Как там говорил Янош? Точно: жить — это то же самое, что никогда об этом не думать. Не надо думать — значит, не будем.
4
— Скажи что-нибудь!
— Что еще я должен сказать?
— Хоть что-нибудь!
Янош лежит на кровати, натянув на голову одеяло. Голубые глаза так и норовят высунуться.
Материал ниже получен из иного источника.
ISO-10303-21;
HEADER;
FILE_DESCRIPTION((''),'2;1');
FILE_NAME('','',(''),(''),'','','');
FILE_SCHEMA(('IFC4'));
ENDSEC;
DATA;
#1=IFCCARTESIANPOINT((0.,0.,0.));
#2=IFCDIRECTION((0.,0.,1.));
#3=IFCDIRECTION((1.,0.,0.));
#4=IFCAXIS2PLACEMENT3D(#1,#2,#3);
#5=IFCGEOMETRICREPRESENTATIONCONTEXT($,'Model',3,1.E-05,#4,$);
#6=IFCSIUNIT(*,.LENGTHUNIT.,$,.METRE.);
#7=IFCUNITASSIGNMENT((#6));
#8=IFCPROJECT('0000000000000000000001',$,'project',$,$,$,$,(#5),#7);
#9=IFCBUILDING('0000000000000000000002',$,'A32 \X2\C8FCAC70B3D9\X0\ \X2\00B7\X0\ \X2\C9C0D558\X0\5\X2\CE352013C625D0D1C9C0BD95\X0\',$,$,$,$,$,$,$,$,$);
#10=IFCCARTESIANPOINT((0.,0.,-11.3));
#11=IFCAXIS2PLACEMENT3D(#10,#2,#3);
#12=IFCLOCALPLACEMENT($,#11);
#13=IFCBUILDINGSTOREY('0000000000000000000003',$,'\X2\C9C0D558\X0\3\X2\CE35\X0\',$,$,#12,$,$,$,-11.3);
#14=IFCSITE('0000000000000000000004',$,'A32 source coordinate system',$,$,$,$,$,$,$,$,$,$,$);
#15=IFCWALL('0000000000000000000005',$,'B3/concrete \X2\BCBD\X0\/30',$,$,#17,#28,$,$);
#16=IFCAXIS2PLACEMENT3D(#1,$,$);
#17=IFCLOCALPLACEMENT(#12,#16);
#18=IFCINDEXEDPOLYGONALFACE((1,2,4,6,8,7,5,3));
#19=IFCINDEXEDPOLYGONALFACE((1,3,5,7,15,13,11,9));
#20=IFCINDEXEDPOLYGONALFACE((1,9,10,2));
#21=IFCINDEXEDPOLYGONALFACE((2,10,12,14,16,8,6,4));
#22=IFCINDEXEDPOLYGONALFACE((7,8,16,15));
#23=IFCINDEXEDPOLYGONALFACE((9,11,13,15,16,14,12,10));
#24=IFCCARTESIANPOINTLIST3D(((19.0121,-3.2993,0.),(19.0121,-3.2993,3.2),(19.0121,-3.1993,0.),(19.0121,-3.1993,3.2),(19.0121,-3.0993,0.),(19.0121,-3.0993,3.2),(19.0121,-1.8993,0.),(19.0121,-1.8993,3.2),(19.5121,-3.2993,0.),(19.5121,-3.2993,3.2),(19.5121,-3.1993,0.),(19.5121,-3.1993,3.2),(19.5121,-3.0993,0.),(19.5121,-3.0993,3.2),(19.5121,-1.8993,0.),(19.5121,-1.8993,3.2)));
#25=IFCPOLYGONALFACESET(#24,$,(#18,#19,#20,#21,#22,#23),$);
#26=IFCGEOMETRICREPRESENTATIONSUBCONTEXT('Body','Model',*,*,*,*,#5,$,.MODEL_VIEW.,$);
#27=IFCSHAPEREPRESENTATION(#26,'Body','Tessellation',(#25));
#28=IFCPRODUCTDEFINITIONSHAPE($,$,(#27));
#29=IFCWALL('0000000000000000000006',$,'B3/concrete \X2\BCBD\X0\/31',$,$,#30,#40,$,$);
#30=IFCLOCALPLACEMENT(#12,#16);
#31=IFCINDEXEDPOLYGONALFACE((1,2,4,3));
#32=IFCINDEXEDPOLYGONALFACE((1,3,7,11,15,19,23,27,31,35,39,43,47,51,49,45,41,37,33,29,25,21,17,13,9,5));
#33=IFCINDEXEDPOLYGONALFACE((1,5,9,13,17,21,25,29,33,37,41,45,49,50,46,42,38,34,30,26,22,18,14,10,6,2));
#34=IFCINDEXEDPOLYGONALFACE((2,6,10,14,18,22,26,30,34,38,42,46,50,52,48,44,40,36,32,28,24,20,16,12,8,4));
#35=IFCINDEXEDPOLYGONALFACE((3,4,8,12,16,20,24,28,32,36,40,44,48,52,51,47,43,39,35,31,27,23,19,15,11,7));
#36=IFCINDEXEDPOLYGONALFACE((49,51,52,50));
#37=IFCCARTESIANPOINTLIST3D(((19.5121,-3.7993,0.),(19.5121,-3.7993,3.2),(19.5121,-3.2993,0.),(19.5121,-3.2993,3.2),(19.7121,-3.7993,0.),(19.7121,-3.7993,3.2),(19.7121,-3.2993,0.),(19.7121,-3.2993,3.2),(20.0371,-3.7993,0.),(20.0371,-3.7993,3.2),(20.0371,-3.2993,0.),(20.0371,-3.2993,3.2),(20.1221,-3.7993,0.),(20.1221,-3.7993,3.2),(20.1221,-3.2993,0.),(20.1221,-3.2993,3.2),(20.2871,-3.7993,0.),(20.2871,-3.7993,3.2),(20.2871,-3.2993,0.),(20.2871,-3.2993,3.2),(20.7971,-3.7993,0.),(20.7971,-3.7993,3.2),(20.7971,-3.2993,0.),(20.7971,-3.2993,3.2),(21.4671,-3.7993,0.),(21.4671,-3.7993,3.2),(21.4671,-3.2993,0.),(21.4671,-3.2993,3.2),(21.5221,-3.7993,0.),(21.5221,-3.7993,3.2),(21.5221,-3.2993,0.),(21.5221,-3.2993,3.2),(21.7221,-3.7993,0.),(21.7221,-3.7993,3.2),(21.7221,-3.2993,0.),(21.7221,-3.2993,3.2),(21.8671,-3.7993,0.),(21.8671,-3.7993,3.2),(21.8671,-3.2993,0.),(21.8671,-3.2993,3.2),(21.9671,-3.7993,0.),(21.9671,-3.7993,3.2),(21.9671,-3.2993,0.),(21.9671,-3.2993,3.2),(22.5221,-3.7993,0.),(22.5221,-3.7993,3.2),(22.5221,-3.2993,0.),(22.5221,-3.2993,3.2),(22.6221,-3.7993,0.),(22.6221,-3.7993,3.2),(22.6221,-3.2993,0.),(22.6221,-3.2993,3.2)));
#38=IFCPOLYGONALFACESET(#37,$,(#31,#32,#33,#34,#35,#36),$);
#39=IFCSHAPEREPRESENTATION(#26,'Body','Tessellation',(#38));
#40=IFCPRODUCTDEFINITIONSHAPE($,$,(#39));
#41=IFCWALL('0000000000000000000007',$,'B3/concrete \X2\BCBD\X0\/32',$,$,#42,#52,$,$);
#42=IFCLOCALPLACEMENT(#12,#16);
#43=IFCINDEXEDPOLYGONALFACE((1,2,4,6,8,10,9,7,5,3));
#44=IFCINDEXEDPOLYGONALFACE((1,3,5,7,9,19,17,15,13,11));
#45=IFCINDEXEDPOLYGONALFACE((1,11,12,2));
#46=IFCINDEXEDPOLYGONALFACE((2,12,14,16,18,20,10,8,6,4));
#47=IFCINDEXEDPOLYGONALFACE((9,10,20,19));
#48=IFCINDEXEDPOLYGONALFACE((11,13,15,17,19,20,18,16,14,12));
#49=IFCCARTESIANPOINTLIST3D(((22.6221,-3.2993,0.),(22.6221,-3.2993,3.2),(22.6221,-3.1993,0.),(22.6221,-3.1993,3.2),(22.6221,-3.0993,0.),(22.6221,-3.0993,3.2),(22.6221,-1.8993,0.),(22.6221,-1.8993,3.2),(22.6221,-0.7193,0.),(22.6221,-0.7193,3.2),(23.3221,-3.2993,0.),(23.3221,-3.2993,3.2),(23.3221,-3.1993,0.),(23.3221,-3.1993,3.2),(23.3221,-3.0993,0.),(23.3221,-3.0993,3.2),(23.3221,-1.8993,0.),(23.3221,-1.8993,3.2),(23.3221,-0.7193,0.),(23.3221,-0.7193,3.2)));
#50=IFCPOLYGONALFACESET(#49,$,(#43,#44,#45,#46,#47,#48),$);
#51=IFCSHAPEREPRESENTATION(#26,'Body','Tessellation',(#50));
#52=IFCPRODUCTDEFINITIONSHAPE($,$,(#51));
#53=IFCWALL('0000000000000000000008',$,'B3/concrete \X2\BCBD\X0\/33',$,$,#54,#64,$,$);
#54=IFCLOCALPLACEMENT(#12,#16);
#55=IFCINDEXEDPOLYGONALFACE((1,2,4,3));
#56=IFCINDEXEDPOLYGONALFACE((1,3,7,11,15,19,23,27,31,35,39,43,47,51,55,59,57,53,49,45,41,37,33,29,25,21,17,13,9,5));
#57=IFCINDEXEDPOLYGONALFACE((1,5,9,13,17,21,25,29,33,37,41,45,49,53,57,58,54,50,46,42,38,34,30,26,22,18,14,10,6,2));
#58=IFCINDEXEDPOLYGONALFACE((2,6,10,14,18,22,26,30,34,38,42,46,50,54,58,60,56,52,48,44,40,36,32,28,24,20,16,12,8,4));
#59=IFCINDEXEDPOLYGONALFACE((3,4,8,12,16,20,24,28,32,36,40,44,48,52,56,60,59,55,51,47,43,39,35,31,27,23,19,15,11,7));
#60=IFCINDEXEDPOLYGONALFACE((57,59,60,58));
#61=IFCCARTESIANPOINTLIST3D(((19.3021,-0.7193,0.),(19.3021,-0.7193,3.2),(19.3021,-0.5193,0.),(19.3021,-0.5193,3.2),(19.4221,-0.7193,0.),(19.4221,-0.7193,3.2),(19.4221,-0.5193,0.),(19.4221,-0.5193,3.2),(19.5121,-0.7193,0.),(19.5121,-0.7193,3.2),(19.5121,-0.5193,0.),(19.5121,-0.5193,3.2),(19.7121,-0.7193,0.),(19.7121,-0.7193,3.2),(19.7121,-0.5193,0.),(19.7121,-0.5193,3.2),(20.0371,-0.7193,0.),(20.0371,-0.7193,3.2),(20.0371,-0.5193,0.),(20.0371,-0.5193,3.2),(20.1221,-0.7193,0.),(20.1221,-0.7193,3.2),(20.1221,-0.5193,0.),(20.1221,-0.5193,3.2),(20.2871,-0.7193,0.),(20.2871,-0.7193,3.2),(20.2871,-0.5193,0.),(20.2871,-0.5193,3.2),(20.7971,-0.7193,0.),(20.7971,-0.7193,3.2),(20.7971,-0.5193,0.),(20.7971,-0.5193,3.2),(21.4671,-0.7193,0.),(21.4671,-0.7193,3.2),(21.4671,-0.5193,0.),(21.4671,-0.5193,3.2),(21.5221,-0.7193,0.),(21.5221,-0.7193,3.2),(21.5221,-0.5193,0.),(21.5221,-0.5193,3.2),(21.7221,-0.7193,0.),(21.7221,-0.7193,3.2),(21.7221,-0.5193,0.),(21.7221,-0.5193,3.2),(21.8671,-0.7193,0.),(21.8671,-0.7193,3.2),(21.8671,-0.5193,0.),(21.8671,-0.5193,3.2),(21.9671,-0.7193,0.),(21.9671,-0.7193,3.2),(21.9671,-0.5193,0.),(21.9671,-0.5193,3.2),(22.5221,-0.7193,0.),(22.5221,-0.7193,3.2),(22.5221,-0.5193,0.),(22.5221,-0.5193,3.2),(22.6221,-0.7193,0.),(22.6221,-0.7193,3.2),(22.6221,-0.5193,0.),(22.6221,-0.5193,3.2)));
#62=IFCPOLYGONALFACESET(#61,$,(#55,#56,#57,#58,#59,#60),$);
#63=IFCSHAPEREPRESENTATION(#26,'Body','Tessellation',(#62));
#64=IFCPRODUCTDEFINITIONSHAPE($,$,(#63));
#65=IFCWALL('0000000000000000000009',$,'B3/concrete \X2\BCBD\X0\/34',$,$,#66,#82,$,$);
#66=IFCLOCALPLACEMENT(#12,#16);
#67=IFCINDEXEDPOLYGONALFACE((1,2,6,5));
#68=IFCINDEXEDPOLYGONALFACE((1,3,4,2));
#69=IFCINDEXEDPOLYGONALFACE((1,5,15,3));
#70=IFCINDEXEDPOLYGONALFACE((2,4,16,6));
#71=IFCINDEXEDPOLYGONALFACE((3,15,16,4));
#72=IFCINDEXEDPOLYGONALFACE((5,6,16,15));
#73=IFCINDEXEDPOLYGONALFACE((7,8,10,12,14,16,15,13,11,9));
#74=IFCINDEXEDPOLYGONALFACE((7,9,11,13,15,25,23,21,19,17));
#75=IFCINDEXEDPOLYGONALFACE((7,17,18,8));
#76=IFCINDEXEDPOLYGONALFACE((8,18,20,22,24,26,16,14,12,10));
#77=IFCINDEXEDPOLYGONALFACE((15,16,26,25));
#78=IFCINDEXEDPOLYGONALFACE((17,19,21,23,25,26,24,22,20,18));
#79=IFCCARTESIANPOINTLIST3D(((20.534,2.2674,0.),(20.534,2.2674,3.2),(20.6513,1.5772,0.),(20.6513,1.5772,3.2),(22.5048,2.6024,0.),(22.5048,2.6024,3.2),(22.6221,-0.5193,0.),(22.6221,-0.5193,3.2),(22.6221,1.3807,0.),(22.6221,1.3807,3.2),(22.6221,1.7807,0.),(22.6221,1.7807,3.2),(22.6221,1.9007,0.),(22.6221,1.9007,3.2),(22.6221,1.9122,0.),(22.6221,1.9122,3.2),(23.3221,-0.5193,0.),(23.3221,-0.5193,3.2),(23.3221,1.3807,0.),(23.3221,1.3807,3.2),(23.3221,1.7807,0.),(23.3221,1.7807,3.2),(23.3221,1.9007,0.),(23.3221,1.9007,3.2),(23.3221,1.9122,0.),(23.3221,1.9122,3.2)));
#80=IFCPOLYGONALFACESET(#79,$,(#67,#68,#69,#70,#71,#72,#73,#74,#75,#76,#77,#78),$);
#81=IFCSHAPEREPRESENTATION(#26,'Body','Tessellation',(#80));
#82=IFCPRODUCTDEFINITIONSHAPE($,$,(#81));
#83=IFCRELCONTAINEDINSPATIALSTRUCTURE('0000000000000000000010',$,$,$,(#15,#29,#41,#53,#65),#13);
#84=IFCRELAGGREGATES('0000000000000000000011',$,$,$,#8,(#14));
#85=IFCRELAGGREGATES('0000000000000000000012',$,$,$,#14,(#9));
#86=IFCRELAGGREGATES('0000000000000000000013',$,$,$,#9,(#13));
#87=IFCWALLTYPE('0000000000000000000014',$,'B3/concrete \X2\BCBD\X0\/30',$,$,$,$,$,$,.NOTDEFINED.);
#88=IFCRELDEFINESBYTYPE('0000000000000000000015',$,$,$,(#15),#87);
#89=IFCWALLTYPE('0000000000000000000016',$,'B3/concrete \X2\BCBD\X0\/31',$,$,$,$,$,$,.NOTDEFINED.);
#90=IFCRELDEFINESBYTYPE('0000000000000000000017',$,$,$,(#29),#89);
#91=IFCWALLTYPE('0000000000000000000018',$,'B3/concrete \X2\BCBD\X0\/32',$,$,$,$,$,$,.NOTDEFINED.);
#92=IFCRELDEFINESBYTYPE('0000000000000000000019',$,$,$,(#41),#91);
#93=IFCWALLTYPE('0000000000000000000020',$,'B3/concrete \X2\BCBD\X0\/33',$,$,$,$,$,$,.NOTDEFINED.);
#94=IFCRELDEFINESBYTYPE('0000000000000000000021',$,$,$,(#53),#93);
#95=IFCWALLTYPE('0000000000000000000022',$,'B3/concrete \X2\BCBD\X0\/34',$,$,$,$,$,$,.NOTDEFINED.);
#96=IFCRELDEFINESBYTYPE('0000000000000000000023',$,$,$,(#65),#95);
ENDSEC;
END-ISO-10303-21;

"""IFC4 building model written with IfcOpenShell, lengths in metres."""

from ifc_helpers import new_model, si_unit, frame, origin, origin_with_axes, place, context, subcontext, project, spatial, polyline, outline, extrude, source, transform, mapped, type_object, type_shapes, element, save


model = new_model("IFC4")

# Units and contexts
model_context = context("Model", 3, precision=1e-05, world=origin_with_axes())
body_context = subcontext(model_context, "Body", "Model", "MODEL_VIEW")
ifc_project = project(units=[si_unit("LENGTHUNIT", "METRE")], contexts=[model_context])

# Site, building, storey
site = spatial("IfcSite", under=ifc_project, Name="A32 source coordinate system")
building = spatial("IfcBuilding", under=site, Name="A32 주거동 · 지하5층–옥탑지붕")
storey_placement = place(None, frame((0.0, 0.0, -11.3), z_axis=(0.0, 0.0, 1.0), x_axis=(1.0, 0.0, 0.0)))
storey = spatial("IfcBuildingStorey", under=building, at=storey_placement, Name="지하3층", Elevation=-11.3)

# Walls
wall_type_1 = type_object("IfcWallType", Name="B3/concrete 벽/30", PredefinedType="NOTDEFINED")
shared_shape_1 = source(origin(), body_context, "Body", "SweptSolid", [
    extrude(outline(polyline([(19.0121, -1.8993), (19.5121, -1.8993), (19.5121, -3.0993), (19.5121, -3.1993), (19.5121, -3.2993), (19.0121, -3.2993), (19.0121, -3.1993), (19.0121, -3.0993), (19.0121, -1.8993)])), origin(), (0.0, 0.0, 1.0), 3.2),
])
type_shapes(wall_type_1, [shared_shape_1])
wall_1_placement = place(storey_placement, origin_with_axes())
element("IfcWall", 1, at=wall_1_placement, inside=storey, type_object=wall_type_1, Name="B3/concrete 벽/30", context=body_context, shape_type="MappedRepresentation", body=[
    mapped(shared_shape_1, transform((0.0, 0.0, 0.0), scale=1.0)),
])
wall_type_2 = type_object("IfcWallType", Name="B3/concrete 벽/31", PredefinedType="NOTDEFINED")
shared_shape_2 = source(origin(), body_context, "Body", "SweptSolid", [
Я же сижу на краю так, чтобы он мог вытянуть ноги. Он любит их вытягивать. Нам приходится ждать. Может быть, еще минут двадцать. А потом они появятся. Я немного волнуюсь. Боюсь темных коридоров и шагов. Они хорошо слышны на деревянном полу. Идти придется далеко. Если Янош не берет меня на понт, то мы должны будем подняться даже по пожарной лестнице. Иначе не попасть в Бабский коридор этажом выше. Ведь двери-то все закрыты. Еще бы, в такое время. Поэтому нам придется лезть в окно. Так, пустячок для меня, инвалида. Это самое окно Янош специально открыл сегодня вечером. Мне бы хотелось, чтобы кто-нибудь из воспитателей его закрыл. Но они не закроют. Янош в этом уверен. Он уже почти уснул, придется его будить. Он сам велел. Сон всегда накатывает ни раньше ни позже как за двадцать минут до начала чего угодно. Янош говорил, что настоящий мужчина должен уметь бороться с подобными слабостями. Особенно если дело касается баб. У меня тоже глаза начинают слипаться. Пытаюсь прикурить две сигареты. Исключительный случай — у меня получается. Янош поднимается. На покрывале у него лежит «Плейбой». На обложке раздеваются две телки из группы «Мистер президент». Смотрятся они неплохо. Мы разглядываем обложку.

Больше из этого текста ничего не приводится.